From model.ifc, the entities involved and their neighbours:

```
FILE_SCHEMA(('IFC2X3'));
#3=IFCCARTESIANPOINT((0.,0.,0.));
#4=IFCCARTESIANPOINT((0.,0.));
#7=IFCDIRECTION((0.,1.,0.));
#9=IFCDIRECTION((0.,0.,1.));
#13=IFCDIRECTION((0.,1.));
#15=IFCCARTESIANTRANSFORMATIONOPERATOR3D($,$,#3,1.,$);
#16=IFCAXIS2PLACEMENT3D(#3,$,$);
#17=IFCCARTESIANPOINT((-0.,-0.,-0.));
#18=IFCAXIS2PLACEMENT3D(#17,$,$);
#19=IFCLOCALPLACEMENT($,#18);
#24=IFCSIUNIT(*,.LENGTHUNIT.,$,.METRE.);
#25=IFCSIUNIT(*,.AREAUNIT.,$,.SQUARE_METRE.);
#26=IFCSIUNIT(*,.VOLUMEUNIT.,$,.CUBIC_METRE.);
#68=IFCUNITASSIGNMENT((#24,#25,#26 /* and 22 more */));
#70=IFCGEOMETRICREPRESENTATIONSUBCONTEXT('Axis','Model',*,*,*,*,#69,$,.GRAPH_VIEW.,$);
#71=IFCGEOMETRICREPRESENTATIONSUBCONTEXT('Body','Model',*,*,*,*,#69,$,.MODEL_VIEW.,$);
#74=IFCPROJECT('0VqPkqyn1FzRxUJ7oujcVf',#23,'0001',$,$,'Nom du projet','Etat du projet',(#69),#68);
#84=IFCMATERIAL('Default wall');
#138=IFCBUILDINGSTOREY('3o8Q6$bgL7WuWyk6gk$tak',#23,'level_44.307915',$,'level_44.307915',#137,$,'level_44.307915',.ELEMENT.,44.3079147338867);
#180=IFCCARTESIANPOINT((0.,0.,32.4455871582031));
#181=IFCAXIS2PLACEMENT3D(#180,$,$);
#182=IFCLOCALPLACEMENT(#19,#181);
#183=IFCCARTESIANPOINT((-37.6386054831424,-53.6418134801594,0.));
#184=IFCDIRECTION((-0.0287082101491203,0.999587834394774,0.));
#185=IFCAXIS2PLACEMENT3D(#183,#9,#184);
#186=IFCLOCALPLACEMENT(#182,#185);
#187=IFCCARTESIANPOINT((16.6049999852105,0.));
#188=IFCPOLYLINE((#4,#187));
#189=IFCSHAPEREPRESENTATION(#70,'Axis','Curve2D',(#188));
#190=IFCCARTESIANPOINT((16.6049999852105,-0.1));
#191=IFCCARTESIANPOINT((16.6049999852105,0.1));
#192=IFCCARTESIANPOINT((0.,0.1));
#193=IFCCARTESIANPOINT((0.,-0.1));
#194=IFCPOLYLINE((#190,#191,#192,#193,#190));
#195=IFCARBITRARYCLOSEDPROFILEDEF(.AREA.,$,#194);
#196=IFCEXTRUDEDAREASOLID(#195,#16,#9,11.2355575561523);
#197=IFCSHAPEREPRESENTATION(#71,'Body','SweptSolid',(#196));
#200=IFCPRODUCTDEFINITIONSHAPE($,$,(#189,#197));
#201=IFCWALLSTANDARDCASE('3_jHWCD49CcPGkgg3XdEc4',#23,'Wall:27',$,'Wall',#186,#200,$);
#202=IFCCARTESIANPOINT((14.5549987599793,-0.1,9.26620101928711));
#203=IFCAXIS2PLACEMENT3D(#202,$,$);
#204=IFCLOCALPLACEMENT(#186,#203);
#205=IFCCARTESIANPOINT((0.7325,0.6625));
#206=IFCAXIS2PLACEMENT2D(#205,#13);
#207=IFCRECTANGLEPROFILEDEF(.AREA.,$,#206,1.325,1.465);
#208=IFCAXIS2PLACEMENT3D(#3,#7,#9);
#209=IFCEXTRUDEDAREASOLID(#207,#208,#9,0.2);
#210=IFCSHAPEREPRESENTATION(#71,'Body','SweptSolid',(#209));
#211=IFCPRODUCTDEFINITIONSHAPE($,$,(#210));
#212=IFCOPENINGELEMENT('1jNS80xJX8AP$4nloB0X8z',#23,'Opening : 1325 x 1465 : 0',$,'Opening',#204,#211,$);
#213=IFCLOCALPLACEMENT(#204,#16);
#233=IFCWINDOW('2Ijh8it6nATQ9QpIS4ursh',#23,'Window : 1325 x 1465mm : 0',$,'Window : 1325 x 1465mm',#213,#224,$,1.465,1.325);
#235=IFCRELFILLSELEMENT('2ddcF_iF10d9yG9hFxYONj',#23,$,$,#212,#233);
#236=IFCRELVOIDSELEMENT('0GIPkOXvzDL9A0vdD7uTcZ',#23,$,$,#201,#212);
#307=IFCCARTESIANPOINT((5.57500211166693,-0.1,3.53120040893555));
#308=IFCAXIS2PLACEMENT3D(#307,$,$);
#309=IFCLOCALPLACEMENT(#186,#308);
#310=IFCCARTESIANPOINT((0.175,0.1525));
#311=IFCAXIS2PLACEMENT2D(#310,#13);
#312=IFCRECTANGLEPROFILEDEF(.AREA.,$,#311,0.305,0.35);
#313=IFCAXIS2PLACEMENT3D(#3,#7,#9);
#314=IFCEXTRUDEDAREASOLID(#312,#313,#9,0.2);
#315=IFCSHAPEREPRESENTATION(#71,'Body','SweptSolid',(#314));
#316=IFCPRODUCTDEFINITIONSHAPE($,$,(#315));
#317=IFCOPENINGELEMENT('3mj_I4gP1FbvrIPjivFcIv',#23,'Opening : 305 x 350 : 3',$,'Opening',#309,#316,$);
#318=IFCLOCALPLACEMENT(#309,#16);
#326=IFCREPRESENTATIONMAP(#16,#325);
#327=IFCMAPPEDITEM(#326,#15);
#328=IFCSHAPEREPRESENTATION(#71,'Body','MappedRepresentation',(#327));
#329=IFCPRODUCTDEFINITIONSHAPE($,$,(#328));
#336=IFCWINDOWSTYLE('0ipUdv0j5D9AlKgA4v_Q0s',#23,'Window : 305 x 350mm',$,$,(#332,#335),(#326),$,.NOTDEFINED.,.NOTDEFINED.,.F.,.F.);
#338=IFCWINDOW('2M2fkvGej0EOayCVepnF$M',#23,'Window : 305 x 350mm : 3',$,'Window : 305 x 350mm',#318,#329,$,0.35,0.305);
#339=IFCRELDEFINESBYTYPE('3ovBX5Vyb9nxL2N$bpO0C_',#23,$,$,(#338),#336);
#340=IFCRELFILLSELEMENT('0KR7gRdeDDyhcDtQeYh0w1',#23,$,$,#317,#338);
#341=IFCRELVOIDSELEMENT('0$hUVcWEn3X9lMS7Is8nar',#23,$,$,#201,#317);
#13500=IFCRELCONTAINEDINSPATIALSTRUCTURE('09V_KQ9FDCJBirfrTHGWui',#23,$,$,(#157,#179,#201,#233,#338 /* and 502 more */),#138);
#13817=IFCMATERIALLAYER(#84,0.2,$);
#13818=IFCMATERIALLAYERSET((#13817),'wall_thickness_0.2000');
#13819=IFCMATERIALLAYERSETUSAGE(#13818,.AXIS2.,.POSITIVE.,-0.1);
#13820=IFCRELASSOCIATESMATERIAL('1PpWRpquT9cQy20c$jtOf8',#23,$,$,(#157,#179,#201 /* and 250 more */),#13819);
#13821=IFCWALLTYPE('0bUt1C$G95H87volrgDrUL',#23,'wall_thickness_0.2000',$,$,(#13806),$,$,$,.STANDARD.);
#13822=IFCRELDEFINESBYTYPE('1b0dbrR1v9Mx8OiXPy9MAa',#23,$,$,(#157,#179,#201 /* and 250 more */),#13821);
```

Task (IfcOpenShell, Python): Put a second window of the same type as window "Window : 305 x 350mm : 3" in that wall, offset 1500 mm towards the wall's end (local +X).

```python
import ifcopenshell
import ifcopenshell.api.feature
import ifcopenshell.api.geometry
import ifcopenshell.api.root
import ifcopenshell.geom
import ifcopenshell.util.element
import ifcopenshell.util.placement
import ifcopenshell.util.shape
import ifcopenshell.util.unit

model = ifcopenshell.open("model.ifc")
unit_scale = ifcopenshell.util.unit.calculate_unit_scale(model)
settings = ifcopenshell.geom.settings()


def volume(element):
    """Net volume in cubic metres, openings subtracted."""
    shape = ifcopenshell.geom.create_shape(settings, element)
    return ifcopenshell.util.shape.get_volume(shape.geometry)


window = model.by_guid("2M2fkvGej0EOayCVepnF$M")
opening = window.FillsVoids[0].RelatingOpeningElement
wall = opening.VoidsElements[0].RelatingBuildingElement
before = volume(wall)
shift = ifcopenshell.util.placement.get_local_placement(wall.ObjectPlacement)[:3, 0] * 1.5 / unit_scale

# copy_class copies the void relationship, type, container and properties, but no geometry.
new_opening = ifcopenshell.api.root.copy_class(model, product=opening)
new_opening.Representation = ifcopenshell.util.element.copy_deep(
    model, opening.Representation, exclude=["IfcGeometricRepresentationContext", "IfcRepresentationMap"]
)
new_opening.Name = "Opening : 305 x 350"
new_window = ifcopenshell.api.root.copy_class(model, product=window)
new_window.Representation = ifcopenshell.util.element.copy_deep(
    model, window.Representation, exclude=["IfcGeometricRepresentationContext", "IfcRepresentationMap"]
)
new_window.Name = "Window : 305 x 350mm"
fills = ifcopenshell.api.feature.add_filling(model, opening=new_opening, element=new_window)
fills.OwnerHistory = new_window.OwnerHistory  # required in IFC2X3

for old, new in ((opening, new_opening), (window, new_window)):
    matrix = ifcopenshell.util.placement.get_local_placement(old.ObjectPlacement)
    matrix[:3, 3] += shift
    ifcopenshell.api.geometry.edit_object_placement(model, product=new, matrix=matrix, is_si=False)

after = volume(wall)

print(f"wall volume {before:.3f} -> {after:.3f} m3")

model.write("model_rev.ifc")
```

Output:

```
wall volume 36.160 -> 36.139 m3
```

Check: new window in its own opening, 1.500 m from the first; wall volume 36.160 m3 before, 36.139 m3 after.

☆ ☆ ☆

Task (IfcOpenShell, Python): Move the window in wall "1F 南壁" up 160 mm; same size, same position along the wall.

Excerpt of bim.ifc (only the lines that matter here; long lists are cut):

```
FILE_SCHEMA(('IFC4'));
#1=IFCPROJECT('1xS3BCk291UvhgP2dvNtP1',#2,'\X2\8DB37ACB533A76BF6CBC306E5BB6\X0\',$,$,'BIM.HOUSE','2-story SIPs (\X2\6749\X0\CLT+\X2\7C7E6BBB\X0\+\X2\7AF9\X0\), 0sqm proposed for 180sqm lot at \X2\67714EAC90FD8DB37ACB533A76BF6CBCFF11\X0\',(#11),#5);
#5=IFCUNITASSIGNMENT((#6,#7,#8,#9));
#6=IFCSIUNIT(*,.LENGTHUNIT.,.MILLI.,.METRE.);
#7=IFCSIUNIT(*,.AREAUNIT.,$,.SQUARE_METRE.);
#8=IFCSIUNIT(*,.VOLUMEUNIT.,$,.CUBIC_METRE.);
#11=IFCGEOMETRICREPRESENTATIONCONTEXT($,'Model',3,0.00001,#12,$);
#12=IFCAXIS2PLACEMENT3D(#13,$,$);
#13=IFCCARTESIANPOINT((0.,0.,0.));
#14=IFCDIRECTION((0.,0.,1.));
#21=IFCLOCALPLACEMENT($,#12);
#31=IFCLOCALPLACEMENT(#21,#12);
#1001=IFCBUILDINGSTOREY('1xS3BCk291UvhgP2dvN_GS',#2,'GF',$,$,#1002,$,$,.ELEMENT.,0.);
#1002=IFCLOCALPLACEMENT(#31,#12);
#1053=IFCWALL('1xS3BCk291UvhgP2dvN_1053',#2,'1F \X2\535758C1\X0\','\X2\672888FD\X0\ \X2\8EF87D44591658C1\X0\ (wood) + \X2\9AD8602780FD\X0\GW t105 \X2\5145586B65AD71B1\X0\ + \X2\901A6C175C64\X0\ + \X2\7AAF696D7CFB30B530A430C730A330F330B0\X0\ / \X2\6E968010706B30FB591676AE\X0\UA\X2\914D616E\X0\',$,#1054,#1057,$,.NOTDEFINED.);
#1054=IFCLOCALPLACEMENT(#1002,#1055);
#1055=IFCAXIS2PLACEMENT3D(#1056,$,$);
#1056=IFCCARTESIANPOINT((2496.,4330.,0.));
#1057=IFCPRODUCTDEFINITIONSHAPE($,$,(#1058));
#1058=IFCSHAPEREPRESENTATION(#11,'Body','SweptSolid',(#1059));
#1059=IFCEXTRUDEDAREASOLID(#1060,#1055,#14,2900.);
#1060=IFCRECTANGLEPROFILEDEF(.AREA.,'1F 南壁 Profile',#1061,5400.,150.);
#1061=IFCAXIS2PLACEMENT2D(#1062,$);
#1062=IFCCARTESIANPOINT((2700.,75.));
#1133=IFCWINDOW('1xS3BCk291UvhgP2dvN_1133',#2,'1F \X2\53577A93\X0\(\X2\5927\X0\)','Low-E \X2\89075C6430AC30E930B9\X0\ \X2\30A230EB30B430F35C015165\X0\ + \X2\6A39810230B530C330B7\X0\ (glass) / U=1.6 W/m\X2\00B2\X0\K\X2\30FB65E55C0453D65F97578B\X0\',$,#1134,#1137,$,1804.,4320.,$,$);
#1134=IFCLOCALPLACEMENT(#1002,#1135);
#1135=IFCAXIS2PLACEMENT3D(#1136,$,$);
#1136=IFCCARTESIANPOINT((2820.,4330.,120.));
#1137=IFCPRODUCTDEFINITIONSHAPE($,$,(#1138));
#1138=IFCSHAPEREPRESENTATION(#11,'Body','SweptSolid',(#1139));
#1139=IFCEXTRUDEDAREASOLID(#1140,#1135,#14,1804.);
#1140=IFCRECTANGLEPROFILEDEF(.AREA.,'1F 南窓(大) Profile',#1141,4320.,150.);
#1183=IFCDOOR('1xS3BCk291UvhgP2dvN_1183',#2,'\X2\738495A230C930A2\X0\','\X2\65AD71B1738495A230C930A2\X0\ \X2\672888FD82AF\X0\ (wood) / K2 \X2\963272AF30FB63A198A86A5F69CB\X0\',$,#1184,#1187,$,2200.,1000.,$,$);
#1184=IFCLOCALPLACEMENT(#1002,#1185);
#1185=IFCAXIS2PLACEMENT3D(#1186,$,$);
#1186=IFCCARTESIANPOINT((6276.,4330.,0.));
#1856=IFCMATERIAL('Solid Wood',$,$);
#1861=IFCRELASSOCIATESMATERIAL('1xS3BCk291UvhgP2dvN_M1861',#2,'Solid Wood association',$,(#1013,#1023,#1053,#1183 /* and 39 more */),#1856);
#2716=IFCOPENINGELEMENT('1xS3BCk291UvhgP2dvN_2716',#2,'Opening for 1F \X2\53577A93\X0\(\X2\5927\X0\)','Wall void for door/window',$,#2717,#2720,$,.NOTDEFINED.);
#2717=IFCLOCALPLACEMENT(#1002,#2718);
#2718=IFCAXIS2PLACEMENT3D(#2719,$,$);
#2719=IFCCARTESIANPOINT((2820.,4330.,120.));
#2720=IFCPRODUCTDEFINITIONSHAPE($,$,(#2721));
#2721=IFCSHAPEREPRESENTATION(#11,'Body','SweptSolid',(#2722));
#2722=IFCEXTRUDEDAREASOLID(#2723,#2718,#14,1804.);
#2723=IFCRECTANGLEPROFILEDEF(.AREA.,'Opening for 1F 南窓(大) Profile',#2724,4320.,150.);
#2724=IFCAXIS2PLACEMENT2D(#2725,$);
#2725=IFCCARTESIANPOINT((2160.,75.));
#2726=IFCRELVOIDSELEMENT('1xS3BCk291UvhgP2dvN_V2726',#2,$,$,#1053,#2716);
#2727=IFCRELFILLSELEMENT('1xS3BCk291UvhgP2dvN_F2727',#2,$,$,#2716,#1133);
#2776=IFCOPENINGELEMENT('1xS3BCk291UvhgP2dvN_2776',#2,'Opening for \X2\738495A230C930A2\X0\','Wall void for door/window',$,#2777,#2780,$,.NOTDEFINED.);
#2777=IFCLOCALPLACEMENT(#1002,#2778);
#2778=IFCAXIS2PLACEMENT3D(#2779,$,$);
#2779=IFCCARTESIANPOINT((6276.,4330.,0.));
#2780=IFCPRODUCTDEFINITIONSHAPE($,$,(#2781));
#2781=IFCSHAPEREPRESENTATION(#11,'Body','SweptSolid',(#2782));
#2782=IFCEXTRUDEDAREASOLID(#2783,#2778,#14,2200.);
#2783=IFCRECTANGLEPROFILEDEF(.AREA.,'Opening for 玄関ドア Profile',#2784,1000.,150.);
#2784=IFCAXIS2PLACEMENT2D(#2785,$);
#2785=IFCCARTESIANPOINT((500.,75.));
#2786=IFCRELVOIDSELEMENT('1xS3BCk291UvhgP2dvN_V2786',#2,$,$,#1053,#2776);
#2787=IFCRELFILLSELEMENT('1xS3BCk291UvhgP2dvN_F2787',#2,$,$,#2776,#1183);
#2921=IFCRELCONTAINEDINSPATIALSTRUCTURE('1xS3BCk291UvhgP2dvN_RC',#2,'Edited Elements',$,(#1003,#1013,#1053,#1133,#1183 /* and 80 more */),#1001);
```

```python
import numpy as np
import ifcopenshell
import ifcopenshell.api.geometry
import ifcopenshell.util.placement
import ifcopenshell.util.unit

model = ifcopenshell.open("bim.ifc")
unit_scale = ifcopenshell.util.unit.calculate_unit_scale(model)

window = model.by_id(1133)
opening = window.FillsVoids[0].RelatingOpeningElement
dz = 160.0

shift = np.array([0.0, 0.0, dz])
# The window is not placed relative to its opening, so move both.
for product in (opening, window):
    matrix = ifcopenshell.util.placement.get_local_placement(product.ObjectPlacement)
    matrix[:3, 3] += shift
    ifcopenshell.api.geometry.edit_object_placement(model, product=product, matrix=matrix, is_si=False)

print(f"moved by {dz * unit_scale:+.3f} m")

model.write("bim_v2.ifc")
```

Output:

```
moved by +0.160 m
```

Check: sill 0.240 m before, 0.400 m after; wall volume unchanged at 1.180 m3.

☆ ☆ ☆

Return each line above where the word "IFCSHAPEREPRESENTATION" shows up.

#189=IFCSHAPEREPRESENTATION(#70,'Axis','Curve2D',(#188));
#197=IFCSHAPEREPRESENTATION(#71,'Body','SweptSolid',(#196));
#210=IFCSHAPEREPRESENTATION(#71,'Body','SweptSolid',(#209));
#315=IFCSHAPEREPRESENTATION(#71,'Body','SweptSolid',(#314));
#328=IFCSHAPEREPRESENTATION(#71,'Body','MappedRepresentation',(#327));
#1058=IFCSHAPEREPRESENTATION(#11,'Body','SweptSolid',(#1059));
#1138=IFCSHAPEREPRESENTATION(#11,'Body','SweptSolid',(#1139));
#2721=IFCSHAPEREPRESENTATION(#11,'Body','SweptSolid',(#2722));
#2781=IFCSHAPEREPRESENTATION(#11,'Body','SweptSolid',(#2782));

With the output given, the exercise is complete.